WHAT THE TASK ASKS
Report back every line below that carries the word "IFCCARTESIANPOINT".

[SOURCE INFORMATION — start]

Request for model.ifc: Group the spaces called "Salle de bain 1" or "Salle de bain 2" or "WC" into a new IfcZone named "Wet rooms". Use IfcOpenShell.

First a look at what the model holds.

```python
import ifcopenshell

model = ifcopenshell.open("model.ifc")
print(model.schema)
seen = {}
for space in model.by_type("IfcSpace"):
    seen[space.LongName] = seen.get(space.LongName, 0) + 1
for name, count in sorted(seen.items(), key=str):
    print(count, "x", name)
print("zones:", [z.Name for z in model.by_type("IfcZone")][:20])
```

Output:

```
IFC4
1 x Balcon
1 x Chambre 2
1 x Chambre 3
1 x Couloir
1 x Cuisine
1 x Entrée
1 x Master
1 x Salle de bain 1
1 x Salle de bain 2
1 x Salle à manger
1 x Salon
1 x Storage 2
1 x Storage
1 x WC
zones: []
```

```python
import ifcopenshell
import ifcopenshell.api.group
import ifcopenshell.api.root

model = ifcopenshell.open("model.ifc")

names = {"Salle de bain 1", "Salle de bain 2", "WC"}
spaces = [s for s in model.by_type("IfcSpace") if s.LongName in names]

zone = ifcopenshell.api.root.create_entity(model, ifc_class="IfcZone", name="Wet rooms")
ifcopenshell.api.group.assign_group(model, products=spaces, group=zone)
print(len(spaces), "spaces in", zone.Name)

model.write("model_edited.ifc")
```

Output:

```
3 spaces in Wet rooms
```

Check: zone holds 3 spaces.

[SOURCE INFORMATION — finish]
[SOURCE INFORMATION — start]

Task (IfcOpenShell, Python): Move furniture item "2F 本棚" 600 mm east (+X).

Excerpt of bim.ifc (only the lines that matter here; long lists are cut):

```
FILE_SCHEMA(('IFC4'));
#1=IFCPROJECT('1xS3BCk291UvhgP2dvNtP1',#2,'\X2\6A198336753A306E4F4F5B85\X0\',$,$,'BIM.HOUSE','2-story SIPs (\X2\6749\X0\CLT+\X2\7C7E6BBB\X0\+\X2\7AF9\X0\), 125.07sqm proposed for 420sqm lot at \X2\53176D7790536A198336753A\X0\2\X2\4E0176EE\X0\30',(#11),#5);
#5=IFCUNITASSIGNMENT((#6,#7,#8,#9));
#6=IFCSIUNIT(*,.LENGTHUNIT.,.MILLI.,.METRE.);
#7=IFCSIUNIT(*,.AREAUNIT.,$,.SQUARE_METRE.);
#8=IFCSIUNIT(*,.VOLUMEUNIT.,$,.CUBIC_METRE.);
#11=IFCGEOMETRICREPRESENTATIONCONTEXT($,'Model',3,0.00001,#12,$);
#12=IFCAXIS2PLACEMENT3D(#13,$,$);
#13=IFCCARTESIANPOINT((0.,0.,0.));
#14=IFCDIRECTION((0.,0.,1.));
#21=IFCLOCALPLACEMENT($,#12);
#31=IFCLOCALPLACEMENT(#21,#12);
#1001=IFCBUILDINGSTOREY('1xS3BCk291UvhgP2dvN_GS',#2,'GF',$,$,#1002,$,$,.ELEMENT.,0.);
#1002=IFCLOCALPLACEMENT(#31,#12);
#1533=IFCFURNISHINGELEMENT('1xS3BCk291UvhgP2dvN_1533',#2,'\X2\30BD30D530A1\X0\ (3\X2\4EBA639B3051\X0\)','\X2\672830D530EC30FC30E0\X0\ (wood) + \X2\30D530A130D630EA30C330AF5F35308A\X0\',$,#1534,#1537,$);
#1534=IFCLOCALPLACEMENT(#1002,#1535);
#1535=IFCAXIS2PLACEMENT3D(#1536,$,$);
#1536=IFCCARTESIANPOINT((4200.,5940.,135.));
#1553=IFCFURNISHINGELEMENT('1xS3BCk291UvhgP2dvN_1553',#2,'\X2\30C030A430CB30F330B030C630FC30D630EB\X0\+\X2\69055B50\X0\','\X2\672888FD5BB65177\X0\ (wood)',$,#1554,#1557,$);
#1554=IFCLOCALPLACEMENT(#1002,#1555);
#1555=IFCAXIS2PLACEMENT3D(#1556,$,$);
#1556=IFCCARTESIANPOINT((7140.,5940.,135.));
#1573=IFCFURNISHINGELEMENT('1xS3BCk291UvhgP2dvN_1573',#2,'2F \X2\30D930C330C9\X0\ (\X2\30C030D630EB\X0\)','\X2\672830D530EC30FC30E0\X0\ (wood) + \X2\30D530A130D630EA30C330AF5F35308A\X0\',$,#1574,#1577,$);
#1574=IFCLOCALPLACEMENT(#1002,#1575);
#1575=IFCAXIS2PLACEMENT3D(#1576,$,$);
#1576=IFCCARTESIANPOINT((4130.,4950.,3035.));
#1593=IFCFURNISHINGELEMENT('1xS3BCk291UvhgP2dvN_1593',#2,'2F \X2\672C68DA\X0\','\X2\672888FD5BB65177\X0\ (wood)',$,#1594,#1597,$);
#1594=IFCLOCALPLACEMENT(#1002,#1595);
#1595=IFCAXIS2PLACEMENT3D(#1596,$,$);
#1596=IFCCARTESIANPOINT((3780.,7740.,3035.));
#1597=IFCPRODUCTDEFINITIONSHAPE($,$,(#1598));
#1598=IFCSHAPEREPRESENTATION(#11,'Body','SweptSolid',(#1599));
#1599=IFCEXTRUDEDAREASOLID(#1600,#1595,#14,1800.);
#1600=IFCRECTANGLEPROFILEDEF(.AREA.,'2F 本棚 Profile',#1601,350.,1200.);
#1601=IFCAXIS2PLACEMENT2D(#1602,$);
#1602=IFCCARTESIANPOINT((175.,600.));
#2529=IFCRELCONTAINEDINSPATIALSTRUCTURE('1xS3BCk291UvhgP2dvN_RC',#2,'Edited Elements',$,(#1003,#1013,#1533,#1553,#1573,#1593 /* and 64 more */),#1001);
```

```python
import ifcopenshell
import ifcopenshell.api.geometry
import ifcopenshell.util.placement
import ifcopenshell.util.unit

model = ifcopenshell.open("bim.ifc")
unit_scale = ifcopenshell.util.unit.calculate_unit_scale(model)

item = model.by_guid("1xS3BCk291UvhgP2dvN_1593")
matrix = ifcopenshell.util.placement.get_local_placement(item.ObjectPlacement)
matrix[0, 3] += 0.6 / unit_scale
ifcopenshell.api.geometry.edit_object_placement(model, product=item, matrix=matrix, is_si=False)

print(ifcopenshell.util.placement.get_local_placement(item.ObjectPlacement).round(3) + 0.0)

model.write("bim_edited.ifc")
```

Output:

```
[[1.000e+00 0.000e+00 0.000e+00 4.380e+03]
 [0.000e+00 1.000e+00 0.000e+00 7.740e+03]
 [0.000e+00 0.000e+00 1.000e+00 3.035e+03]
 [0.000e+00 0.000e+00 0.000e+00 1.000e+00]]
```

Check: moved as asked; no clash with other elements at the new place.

[SOURCE INFORMATION — finish]

ANSWER SPACE
#13=IFCCARTESIANPOINT((0.,0.,0.));
#1536=IFCCARTESIANPOINT((4200.,5940.,135.));
#1556=IFCCARTESIANPOINT((7140.,5940.,135.));
#1576=IFCCARTESIANPOINT((4130.,4950.,3035.));
#1596=IFCCARTESIANPOINT((3780.,7740.,3035.));
#1602=IFCCARTESIANPOINT((175.,600.));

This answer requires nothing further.